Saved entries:
—————

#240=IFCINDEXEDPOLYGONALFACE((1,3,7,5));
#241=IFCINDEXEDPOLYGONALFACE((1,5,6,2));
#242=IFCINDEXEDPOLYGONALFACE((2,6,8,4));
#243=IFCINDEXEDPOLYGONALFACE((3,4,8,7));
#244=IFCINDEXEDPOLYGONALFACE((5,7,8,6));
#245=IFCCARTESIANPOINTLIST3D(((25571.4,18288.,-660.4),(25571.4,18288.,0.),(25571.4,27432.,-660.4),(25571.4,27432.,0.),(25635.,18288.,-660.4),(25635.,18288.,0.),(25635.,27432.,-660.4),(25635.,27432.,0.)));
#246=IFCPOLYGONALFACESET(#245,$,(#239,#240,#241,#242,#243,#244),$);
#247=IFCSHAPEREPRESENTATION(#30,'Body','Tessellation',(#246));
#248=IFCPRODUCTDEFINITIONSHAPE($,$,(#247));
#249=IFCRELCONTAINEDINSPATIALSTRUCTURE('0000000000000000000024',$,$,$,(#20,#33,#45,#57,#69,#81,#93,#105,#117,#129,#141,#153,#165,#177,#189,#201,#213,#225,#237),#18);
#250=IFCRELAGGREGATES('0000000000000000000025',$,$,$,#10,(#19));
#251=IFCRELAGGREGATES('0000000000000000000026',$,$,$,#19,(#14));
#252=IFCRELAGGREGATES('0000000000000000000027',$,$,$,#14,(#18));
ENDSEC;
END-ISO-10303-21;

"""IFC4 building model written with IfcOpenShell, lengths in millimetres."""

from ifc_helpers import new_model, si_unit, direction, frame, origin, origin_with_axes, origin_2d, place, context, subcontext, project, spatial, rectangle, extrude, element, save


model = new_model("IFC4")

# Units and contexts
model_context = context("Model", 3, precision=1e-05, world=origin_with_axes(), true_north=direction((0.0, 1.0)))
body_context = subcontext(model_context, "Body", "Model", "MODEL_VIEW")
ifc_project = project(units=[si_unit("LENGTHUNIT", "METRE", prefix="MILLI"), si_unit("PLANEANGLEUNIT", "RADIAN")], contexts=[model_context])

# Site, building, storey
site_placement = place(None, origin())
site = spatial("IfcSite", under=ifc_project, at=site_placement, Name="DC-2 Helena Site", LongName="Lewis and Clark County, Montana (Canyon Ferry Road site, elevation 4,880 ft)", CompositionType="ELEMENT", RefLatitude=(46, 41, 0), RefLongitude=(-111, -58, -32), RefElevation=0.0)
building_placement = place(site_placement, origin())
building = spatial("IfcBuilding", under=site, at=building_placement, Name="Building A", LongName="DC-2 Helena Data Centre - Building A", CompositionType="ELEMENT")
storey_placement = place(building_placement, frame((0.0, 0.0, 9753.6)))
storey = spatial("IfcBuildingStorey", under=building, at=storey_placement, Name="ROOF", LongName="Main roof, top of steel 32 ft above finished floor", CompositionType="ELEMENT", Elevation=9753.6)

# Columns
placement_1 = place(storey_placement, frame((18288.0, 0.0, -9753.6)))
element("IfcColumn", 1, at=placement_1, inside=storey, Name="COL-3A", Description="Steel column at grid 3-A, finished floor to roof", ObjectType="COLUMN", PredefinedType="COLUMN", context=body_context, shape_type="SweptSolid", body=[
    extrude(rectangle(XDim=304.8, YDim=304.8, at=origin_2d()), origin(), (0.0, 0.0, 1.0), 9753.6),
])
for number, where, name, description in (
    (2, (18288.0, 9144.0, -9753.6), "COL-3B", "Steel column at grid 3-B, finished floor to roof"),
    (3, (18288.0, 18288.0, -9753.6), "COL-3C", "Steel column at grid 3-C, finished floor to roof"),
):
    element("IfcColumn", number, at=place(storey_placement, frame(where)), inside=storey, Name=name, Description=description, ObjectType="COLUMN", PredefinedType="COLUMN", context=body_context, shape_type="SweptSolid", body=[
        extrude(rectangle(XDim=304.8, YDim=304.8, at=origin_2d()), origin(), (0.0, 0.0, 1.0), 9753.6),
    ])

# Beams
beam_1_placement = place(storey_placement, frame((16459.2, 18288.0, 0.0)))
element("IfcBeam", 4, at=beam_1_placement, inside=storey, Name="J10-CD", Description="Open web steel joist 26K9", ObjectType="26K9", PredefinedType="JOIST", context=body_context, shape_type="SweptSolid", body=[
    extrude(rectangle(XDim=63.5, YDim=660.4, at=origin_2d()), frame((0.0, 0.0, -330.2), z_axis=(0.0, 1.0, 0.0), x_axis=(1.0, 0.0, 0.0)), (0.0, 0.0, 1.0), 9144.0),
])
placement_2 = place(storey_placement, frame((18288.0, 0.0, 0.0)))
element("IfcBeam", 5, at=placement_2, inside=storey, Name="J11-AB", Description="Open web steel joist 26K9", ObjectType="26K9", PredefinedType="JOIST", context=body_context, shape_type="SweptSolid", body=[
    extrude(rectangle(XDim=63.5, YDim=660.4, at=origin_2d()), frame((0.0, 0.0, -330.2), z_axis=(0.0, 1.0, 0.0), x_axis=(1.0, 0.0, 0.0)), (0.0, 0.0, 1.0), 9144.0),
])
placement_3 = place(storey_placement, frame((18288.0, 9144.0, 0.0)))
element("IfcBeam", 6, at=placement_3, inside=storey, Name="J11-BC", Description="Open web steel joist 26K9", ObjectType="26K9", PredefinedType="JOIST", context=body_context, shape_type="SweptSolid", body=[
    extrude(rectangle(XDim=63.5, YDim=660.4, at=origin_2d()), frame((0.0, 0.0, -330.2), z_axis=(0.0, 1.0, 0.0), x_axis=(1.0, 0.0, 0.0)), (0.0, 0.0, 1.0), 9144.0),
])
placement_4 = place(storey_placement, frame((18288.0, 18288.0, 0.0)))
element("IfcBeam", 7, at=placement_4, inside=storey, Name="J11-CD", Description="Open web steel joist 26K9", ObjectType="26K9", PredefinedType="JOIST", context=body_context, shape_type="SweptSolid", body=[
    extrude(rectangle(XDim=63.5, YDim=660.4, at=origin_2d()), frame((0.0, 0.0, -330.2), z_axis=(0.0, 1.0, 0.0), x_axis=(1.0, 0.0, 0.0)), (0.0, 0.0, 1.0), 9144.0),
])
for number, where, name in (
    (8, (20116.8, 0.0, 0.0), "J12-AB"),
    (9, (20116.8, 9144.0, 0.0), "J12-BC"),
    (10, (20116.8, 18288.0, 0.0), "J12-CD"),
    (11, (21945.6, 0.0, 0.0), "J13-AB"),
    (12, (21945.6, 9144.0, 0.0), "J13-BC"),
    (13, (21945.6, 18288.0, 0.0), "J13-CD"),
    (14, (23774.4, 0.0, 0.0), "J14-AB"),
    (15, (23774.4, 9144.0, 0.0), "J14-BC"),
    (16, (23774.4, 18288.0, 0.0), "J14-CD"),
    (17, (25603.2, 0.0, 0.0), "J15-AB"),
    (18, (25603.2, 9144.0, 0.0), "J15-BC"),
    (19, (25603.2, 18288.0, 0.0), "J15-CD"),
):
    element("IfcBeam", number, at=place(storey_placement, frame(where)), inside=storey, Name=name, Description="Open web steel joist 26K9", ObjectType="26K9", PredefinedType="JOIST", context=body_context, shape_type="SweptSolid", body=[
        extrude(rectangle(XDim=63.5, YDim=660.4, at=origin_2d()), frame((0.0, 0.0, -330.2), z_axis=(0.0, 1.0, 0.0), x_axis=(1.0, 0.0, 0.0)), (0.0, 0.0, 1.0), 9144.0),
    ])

—————

• Prompt:
Copy the lines from the start of the data verbatim, stopping after the line containing "#244=IFCINDEXEDPOLYGONALFACE((5,7,8,6));".

• Exercise response:
#240=IFCINDEXEDPOLYGONALFACE((1,3,7,5));
#241=IFCINDEXEDPOLYGONALFACE((1,5,6,2));
#242=IFCINDEXEDPOLYGONALFACE((2,6,8,4));
#243=IFCINDEXEDPOLYGONALFACE((3,4,8,7));
#244=IFCINDEXEDPOLYGONALFACE((5,7,8,6));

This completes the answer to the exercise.